The artificial intelligence company OpenAI, which essentially began the discussion about AI among average, non-technical people, maybe in serious jeopardy.

According to a report by Analytics India Magazine, Sam Altman’s AI development company may soon have to file for bankruptcy due to its efforts to become the face of generative AI through its AI chatbot, ChatGPT.

Apparently, running only one of OpenAI’s AI services, ChatGPT costs the company $700,000 every day. As a result, Sam Altman’s OpenAI is currently depleting its financial resources. Furthermore, OpenAI is currently not making enough money to break even despite its efforts to monetize GPT-3.5 and GPT-4. Consequently, a worrying situation is developing.

Sam Altman and OpenAI are at odds

Sam Altman’s recent public activities, along with OpenAI’s push toward profitability, show a lot of things. Altman might not put the bottom line first, but OpenAI does. Sam Altman has made multiple public statements that essentially claim that AI if left unchecked by the government, will prove to be terrible. This is in contrast to OpenAI, which is regularly investing more money towards making their GPT LLMs more powerful and intelligent.

In fact, Altman has been candid about the necessity of rules governing the creation of AI. On multiple occasions, Altman has stated that AI in its present form will eliminate millions of jobs.

Although it seems like a far-fetched interpretation of the circumstances, some tech experts would even go so far as to claim that Altman is experiencing a Frankenstein moment in which he is somewhat sorry for the monster that he has made.

Despite this, OpenAI has been searching for fresh and improved approaches to profit from its GPT-4 LLMs. It hasn’t, though, turned a profit. Since the creation of ChatGPT, its losses have topped $540 million.

With the help of several other venture capital firms and Microsoft’s $10 billion investment, OpenAI has managed to stay afloat for the time being.

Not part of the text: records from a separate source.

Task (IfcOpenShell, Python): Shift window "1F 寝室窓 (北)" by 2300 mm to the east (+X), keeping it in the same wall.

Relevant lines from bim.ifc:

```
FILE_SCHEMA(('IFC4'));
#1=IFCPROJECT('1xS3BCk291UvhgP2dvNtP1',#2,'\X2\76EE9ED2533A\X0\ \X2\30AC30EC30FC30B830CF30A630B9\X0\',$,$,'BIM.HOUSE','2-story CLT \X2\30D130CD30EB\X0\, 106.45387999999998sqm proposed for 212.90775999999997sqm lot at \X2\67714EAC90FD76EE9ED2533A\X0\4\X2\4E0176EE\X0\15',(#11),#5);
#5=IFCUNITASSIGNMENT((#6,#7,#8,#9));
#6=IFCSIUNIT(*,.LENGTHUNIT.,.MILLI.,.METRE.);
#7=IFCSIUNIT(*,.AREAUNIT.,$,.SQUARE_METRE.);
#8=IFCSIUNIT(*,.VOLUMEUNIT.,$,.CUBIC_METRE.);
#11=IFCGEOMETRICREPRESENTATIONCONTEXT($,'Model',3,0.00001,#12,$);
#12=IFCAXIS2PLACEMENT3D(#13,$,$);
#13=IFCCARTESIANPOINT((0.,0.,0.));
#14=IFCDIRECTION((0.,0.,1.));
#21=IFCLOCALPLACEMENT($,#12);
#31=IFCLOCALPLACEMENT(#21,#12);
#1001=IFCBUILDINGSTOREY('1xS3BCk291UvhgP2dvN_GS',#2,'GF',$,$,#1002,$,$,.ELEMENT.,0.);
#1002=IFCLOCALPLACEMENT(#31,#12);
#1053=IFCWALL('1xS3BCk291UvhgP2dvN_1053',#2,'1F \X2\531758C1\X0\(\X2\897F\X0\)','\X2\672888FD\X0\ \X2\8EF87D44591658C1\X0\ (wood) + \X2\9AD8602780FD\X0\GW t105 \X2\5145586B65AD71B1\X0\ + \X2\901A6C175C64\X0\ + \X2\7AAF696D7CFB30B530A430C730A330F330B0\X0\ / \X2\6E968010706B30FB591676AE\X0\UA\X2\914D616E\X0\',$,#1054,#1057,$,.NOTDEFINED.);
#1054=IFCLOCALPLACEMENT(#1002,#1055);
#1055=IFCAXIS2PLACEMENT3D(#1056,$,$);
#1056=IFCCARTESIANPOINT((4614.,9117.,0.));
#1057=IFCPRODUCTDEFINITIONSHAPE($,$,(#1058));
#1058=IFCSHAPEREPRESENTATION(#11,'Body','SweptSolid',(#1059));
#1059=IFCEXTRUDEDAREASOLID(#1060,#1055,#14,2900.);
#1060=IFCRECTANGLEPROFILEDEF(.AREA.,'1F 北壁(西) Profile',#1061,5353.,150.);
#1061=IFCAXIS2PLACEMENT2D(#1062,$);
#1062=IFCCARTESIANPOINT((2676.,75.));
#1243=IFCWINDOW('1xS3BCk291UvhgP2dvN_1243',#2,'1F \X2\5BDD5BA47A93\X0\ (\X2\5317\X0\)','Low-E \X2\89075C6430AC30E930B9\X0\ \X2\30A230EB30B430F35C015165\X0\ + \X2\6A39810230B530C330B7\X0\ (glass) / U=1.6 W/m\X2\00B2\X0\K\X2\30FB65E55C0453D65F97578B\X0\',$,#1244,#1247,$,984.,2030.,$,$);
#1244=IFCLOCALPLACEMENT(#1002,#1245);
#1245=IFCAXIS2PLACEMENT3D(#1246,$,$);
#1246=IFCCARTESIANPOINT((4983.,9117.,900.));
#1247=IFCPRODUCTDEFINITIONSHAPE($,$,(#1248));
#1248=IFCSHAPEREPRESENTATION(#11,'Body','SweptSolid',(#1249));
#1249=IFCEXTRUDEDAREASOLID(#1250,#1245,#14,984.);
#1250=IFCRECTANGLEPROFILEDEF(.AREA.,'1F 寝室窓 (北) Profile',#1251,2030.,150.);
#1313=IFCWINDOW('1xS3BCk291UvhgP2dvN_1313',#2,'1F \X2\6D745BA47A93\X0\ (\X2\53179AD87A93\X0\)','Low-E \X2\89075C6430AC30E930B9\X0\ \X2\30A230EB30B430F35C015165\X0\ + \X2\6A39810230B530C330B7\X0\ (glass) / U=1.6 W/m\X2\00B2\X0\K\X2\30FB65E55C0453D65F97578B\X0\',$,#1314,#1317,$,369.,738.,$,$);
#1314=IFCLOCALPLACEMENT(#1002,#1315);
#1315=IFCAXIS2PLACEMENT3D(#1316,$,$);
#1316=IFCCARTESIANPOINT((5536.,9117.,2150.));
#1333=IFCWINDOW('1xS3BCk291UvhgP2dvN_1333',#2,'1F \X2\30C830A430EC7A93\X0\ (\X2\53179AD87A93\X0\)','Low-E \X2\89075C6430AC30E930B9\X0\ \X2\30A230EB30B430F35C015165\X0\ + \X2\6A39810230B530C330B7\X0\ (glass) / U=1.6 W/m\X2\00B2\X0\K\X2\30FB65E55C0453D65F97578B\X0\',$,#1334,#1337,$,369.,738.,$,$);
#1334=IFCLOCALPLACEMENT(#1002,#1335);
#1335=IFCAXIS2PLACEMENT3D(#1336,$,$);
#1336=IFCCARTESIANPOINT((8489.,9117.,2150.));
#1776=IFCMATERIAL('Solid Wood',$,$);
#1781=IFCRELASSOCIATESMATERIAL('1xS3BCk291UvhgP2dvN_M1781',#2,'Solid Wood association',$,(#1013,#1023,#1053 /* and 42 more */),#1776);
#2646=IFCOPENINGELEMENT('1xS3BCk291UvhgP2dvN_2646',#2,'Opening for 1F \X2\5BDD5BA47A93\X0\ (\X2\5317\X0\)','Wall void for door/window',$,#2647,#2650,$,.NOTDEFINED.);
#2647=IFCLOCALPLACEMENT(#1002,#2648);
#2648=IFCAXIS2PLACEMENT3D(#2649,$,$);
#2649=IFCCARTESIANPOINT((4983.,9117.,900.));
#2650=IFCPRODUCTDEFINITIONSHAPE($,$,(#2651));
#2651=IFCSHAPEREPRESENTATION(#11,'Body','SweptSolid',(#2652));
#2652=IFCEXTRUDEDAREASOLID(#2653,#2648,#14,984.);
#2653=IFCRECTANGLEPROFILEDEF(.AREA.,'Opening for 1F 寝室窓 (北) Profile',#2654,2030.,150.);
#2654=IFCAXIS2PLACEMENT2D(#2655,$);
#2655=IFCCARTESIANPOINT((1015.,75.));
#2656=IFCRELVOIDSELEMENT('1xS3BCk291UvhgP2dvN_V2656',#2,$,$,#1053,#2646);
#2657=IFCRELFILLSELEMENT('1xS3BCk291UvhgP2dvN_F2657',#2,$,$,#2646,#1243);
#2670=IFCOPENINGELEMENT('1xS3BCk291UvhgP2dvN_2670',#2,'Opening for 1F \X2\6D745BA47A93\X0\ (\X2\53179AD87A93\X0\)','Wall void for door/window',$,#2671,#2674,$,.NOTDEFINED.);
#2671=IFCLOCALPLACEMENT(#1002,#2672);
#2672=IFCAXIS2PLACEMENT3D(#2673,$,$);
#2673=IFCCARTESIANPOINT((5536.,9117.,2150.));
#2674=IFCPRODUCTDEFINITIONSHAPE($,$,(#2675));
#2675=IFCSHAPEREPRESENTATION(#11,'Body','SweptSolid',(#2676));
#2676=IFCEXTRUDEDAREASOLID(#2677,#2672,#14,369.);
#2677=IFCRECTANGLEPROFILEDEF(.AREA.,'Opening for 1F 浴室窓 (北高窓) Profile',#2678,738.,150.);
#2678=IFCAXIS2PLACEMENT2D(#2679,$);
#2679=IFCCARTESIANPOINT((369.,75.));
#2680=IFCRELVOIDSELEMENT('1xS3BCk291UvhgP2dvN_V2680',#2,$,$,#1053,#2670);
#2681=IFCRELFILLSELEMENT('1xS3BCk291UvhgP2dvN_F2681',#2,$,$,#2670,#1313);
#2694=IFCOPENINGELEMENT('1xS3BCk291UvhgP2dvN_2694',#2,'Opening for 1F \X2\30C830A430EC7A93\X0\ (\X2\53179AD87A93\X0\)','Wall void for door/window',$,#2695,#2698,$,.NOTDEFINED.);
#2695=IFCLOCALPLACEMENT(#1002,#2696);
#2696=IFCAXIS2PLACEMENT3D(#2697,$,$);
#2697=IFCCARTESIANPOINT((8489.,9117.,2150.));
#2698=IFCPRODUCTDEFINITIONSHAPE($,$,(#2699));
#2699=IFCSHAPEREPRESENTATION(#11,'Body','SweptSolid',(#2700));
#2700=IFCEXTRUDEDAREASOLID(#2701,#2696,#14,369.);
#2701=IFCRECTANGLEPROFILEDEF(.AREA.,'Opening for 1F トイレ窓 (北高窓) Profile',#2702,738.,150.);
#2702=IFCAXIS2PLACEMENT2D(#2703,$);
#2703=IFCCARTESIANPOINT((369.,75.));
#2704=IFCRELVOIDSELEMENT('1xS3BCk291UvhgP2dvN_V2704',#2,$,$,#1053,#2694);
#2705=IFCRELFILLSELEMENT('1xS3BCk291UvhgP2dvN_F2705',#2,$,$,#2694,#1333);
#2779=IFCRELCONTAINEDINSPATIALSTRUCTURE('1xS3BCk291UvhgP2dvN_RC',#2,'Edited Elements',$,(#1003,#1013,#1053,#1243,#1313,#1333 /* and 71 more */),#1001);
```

```python
import ifcopenshell
import ifcopenshell.api.geometry
import ifcopenshell.util.placement

model = ifcopenshell.open("bim.ifc")

window = model.by_guid("1xS3BCk291UvhgP2dvN_1243")
opening = window.FillsVoids[0].RelatingOpeningElement
wall = opening.VoidsElements[0].RelatingBuildingElement

wall_matrix = ifcopenshell.util.placement.get_local_placement(wall.ObjectPlacement)
shift = wall_matrix[:3, 0] * 2300.0
before = ifcopenshell.util.placement.get_local_placement(window.ObjectPlacement)[:3, 3].copy()

# The window is not placed relative to its opening, so move both.
for product in (opening, window):
    matrix = ifcopenshell.util.placement.get_local_placement(product.ObjectPlacement)
    matrix[:3, 3] += shift
    ifcopenshell.api.geometry.edit_object_placement(model, product=product, matrix=matrix, is_si=False)

after = ifcopenshell.util.placement.get_local_placement(window.ObjectPlacement)[:3, 3]
print("window moved by", (after - before).round(3) + 0.0)

model.write("bim_rev.ifc")
```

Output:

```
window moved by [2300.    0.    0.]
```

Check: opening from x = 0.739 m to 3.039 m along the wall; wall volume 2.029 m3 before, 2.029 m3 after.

However, considering its growing losses, OpenAI’s forecast of generating $200 million in yearly income in 2023 and aiming for $1 billion in 2024 appears overly optimistic, according to Analytics India Magazine.

Staffing Problems

A major tech company or a conglomerate might buy OpenAI if it files for an IPO. Its present investors would greatly benefit from this as an exit route. However, there are various problems that could prevent an IPO, which would then result in a lower value.

Currently, OpenAI is experiencing significant attraction rates. They are not, as a rule, laying off workers like the rest of the technology sector. However, they are losing staff members, or, rather, some of their best talent, as their employees are continually being poached by their rivals.

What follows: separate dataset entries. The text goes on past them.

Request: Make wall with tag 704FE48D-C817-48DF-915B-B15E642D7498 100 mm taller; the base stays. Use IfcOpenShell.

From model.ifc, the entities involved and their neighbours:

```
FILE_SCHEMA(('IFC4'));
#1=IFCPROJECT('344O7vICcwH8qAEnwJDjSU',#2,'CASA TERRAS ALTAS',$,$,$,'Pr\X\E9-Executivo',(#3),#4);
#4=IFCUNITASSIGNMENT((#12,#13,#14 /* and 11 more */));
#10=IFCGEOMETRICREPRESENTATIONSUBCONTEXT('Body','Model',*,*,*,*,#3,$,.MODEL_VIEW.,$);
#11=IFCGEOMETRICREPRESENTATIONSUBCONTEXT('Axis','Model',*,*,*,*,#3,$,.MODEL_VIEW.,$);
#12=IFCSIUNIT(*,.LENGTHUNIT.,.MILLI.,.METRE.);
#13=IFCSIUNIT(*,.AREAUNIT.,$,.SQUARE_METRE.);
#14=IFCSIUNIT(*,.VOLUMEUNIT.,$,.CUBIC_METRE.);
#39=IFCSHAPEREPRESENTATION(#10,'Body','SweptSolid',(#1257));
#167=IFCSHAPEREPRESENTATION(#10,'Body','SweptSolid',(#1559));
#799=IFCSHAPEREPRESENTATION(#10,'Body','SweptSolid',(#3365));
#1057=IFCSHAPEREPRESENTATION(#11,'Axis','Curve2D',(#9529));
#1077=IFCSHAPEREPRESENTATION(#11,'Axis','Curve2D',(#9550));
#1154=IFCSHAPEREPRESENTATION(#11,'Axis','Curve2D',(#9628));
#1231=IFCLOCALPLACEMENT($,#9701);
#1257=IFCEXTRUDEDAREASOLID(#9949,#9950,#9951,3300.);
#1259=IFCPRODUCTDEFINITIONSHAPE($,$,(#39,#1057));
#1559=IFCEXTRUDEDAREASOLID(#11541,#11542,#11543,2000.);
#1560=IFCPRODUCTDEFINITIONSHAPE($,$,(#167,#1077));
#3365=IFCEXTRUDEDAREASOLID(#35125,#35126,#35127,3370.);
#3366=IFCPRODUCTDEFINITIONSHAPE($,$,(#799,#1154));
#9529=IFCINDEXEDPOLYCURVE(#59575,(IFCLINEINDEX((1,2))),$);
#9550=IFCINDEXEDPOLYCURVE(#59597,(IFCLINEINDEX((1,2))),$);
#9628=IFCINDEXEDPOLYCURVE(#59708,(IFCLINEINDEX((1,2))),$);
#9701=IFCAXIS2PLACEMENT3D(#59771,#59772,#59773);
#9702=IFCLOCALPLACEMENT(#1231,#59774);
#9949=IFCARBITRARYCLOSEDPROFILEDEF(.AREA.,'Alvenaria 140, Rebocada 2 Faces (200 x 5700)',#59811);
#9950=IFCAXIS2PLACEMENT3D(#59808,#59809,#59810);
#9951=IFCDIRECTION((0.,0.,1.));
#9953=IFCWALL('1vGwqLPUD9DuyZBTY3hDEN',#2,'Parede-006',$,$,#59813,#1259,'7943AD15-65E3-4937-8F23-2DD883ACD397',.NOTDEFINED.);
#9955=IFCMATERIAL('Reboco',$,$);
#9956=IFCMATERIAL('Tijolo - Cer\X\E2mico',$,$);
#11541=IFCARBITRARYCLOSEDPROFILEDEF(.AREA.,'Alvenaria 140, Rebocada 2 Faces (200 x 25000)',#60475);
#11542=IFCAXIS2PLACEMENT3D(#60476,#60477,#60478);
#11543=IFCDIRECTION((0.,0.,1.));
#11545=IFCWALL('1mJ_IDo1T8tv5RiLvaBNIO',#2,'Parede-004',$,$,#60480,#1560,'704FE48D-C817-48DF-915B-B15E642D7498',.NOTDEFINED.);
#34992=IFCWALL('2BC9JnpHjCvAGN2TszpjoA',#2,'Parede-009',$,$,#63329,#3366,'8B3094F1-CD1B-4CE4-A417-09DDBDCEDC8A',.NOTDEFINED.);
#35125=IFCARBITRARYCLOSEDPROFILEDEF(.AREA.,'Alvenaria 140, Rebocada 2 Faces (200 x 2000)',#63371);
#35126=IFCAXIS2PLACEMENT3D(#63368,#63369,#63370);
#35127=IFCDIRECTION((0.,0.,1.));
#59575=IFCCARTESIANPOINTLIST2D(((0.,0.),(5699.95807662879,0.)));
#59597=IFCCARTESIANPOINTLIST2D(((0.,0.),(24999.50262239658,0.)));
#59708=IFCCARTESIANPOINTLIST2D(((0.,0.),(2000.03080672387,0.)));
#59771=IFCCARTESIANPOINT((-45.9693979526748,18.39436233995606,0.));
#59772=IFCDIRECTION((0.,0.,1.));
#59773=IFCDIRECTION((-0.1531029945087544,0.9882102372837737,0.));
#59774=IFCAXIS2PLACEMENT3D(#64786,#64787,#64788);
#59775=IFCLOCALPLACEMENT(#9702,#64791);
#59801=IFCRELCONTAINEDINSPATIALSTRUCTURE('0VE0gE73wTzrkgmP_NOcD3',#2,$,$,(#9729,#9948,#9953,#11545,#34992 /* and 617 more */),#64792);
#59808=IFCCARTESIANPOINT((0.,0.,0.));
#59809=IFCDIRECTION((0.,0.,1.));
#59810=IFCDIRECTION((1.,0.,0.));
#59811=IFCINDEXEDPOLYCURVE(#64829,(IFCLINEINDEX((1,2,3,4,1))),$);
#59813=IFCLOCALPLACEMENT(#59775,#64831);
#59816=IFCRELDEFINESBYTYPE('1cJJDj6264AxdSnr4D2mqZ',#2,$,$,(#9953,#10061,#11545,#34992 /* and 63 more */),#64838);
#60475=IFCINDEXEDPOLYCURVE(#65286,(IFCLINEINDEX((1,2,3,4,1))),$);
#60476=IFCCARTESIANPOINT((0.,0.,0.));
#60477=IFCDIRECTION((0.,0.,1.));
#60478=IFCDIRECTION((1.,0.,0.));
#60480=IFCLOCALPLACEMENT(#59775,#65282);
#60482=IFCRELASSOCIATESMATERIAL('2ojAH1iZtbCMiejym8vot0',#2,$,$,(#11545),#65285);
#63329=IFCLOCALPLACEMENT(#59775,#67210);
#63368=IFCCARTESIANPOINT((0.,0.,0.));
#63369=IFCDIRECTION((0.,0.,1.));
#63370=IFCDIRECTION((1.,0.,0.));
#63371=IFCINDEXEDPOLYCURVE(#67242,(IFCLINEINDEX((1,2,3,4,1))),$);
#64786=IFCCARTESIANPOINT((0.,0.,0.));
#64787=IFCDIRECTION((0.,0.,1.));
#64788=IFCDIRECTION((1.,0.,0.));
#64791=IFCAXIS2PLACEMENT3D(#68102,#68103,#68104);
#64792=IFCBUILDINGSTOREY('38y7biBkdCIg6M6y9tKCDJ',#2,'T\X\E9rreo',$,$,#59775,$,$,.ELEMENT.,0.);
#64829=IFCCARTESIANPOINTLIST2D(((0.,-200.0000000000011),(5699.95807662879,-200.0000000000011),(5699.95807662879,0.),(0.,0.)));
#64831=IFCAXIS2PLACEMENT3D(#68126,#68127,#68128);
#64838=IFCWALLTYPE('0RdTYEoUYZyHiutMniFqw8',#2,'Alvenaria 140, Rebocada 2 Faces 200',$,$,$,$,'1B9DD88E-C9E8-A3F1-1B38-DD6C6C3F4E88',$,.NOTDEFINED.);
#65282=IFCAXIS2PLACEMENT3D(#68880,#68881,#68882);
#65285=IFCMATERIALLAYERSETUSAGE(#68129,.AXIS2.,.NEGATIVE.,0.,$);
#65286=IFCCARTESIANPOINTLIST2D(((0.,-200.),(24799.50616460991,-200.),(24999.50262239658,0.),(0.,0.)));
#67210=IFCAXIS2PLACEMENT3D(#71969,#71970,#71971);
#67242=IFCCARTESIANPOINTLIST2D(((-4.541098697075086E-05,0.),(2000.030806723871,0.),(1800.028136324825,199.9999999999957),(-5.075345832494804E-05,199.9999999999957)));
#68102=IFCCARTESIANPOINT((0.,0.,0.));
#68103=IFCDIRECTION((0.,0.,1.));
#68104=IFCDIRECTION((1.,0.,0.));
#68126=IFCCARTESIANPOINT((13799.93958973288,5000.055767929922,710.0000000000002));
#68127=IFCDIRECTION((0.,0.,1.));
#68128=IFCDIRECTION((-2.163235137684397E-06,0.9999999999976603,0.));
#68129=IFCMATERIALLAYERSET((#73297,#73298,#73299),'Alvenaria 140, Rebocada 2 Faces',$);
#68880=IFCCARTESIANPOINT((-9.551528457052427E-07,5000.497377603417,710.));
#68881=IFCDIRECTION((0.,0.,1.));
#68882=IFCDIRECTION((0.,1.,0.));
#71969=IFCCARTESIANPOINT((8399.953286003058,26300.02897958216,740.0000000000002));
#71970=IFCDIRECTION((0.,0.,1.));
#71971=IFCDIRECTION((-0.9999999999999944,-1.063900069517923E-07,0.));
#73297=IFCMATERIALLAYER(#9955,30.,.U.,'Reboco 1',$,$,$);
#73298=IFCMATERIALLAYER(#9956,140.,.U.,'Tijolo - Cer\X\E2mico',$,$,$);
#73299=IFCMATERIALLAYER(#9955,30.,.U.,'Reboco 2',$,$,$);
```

```python
import ifcopenshell
import ifcopenshell.geom
import ifcopenshell.util.representation
import ifcopenshell.util.shape

model = ifcopenshell.open("model.ifc")
settings = ifcopenshell.geom.settings()


def volume(element):
    """Net volume in cubic metres, openings subtracted."""
    shape = ifcopenshell.geom.create_shape(settings, element)
    return ifcopenshell.util.shape.get_volume(shape.geometry)


wall = model.by_id(11545)
before = volume(wall)

body = ifcopenshell.util.representation.get_representation(wall, "Model", "Body")
solid = body.Items[0]
old_height = solid.Depth
solid.Depth += 100.0
after = volume(wall)

print(f"height {old_height:g} -> {solid.Depth:g}, volume {before:.3f} -> {after:.3f} m3")

model.write("model_edited.ifc")
```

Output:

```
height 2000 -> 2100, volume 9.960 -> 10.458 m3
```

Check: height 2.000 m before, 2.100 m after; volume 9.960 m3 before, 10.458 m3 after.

AI businesses are still plagued by shortages of enterprise-level GPUs.

The persistent dearth of enterprise-level GPUs makes issues even more difficult. Due to the tech conflict between the US and China, all enterprise-level GPUs are being purchased by intermediaries by AI and internet businesses in China. Some of them have even been able to collaborate directly with well-known manufacturers of AI chips.

According to a recent SCMP article, several Chinese tech businesses have ordered a whopping $5 billion worth of NVIDIA’s A800 and A100 AI chips, which are expected to be delivered by 2024.

The lack of GPUs on the market, according to Altman, is impeding the company’s capacity to improve and develop new models. The most recent trademark application for “GPT-5” by OpenAI shows that they want to keep training models. The output quality of ChatGPT has, however, noticeably declined as a result of this endeavor.

Together, these factors—increasing financial losses, dwindling user base, inability to provide steady and significant revenue, and deteriorating stellar product quality—mean one straightforward thing. OpenAI is in serious jeopardy and has to find a speedy path to profitability.